Beneath her willing-and-obedient-instrument-of-God exterior (much like how Son of Sam David Berkowitz took his killing orders from a dog) is the cold sociopathic heart of a follower of Ayn Rand, much like her congressional colleague Paul Ryan of Wisconsin who is known for his recent “bold” economic plan of punching poor people in the face. Now one of the crazier things Ayn Rand wrote about (and that’s saying something) was her admiration of William Edward Hickman, a particularly vicious child murderer from the 1920’s, for his “independence” from the constraints of society. This dovetails uncomfortably well with Bachmann’s penchant for yelling that most everything the government does is an encroachment on freedom, whether it’s health care reform, light bulbs, the Census, or recognizing that gays are people too.
So taking these things into account, it makes perfect sense for Michele Bachmann to channel the spirit of a mass murderer for her Presidential campaign. In fact, it’s the most sensible thing she’s ever said. It’s the validation of my theory that America is the land of sociopaths (we let them many of them wander free-range on our business news networks), and we will gladly elect these functional monsters to high political office. But more so, Bachmann’s admission is the validation of the next step to my theory, that we will eventually elect an actual serial killer as President.
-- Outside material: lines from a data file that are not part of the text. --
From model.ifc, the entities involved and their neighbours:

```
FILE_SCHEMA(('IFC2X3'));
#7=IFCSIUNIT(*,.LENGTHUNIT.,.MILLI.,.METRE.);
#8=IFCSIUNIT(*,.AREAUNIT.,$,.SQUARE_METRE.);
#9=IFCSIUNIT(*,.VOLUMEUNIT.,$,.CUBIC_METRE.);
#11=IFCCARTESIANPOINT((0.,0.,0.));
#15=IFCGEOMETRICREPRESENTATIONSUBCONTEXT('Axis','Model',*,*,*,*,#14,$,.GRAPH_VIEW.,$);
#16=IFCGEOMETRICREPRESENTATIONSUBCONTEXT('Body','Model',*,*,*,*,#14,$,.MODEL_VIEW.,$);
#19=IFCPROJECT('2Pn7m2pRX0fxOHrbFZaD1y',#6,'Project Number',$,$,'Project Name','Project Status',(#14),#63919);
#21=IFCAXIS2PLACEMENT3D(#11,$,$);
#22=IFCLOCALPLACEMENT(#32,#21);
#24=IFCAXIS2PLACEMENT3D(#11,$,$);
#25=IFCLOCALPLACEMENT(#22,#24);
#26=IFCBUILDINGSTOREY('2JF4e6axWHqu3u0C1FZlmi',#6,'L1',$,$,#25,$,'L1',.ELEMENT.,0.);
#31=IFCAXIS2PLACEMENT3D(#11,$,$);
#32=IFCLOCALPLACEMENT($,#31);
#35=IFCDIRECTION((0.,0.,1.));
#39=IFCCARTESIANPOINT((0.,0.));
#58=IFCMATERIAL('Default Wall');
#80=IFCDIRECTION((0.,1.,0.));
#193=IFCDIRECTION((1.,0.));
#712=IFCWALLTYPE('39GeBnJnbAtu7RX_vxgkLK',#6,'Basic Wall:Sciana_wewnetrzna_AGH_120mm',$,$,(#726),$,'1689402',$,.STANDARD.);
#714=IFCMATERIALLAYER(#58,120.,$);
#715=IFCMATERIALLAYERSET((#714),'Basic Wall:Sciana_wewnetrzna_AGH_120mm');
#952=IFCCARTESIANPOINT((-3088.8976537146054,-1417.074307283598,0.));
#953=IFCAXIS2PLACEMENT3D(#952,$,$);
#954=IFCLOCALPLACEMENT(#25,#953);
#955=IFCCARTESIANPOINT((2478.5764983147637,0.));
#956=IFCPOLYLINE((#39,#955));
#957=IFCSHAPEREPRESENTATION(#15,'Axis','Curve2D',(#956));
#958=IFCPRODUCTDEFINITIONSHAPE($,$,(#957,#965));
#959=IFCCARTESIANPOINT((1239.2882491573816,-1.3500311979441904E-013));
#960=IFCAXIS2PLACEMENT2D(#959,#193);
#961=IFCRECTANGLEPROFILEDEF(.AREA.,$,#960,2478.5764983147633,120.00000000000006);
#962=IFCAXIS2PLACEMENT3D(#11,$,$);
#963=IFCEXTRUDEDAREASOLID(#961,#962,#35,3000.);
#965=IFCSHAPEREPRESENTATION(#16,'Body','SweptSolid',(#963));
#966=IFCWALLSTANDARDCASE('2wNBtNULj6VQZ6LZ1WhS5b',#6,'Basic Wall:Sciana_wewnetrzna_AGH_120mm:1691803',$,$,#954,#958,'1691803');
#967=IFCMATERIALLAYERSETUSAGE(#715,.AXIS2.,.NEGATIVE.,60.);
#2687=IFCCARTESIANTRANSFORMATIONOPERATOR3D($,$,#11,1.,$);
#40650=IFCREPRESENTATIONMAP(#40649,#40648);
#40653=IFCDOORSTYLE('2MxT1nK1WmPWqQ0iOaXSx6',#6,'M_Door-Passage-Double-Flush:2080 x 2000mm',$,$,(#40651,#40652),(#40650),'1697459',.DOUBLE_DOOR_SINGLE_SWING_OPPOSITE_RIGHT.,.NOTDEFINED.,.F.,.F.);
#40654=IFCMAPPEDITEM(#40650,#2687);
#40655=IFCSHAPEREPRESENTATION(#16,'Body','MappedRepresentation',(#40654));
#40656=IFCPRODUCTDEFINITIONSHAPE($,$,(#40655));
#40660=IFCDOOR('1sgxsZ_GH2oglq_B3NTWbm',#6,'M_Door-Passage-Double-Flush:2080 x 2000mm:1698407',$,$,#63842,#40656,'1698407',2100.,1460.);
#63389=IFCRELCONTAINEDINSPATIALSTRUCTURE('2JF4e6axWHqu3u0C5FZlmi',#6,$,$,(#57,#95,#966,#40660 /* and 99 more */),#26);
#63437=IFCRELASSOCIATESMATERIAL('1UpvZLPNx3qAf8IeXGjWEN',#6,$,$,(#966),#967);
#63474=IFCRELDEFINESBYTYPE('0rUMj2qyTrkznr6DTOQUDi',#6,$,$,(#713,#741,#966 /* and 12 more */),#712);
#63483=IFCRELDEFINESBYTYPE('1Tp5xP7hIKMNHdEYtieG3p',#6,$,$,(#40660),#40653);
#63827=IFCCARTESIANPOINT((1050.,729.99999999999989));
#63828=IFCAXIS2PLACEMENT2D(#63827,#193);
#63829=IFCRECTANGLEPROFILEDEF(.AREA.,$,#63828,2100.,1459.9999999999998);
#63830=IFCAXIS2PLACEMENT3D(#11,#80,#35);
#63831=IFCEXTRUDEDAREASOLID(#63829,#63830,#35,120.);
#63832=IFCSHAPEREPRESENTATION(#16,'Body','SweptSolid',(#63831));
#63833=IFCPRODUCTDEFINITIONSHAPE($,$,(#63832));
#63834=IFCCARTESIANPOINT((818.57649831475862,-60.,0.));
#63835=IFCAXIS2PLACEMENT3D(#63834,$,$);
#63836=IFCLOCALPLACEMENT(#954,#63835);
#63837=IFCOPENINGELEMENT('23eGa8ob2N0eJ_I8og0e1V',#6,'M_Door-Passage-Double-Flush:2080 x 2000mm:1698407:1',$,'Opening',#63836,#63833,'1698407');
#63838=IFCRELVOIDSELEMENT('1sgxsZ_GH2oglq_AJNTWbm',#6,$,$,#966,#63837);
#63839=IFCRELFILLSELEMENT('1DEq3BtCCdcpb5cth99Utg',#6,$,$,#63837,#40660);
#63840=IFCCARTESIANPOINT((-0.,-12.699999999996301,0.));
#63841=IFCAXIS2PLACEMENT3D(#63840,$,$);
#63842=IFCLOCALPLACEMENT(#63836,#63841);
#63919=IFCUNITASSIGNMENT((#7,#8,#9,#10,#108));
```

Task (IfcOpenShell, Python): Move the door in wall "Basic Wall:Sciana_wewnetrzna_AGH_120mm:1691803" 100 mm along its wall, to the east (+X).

```python
import ifcopenshell
import ifcopenshell.api.geometry
import ifcopenshell.util.placement
import ifcopenshell.util.unit

model = ifcopenshell.open("model.ifc")
unit_scale = ifcopenshell.util.unit.calculate_unit_scale(model)

door = model.by_guid("1sgxsZ_GH2oglq_B3NTWbm")
opening = door.FillsVoids[0].RelatingOpeningElement
wall = opening.VoidsElements[0].RelatingBuildingElement

wall_matrix = ifcopenshell.util.placement.get_local_placement(wall.ObjectPlacement)
shift = wall_matrix[:3, 0] * 0.1 / unit_scale
before = ifcopenshell.util.placement.get_local_placement(door.ObjectPlacement)[:3, 3].copy()

# The door is placed relative to its opening, so it follows when the opening moves.
matrix = ifcopenshell.util.placement.get_local_placement(opening.ObjectPlacement)
matrix[:3, 3] += shift
ifcopenshell.api.geometry.edit_object_placement(
    model, product=opening, matrix=matrix, is_si=False, should_transform_children=True
)

after = ifcopenshell.util.placement.get_local_placement(door.ObjectPlacement)[:3, 3]
print("door moved by", (after - before).round(3) + 0.0)

model.write("model_rev.ifc")
```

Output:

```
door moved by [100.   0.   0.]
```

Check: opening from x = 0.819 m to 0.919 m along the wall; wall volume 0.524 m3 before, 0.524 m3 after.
Hell, we’ve probably done that a few times already (I’m looking at you, Martin Van Buren!), but this time ritual murder and an impressive body count will be a campaign platform that our pundit class will fawn over and designate as a telling sign of a candidate’s seriousness. We might be two election cycles from George Will sitting on ABC’s This Week declaring that you can’t win the Iowa primaries without having a Gary Heidnik rape dungeon in your basement, which David Brooks will celebrate as a bold and courageous innovation in political campaigning. And George Stephanopolous will nod his stupid, useless head and be too much of a coward to disagree with his colleagues’ pro-rape dungeon stance.
We’ve already established back in 2008 that George Will looks like a child molester, so it’s not a far jump to say he looks like he would support serial killer with a rape dungeon for president, just as long as that serial killer was a strong proponent for cutting taxes.
“Don’t be silly,” say Sean. “Lecter can’t be vice-president because he wasn’t born in America.”
“The BTK Killer would make a pretty good vice-president,” says Lucia. “He’s from Kansas, and Kansas is part of Real America, where the decadence and elite attitudes of the coasts can’t reach the purity of the god-fearing Heartland. Plus he was a deacon too.”
I look forward to seeing the Serial Killer Ayn Rand Jesus’s campaign in 2016 or 2020. “Vote for the candidate who lures illegal immigrants into her basement, strangles them with an American flag, and creates replica Constitutions using their skin as the parchment and their blood as the ink!” She’s guaranteed to get 27% of the vote.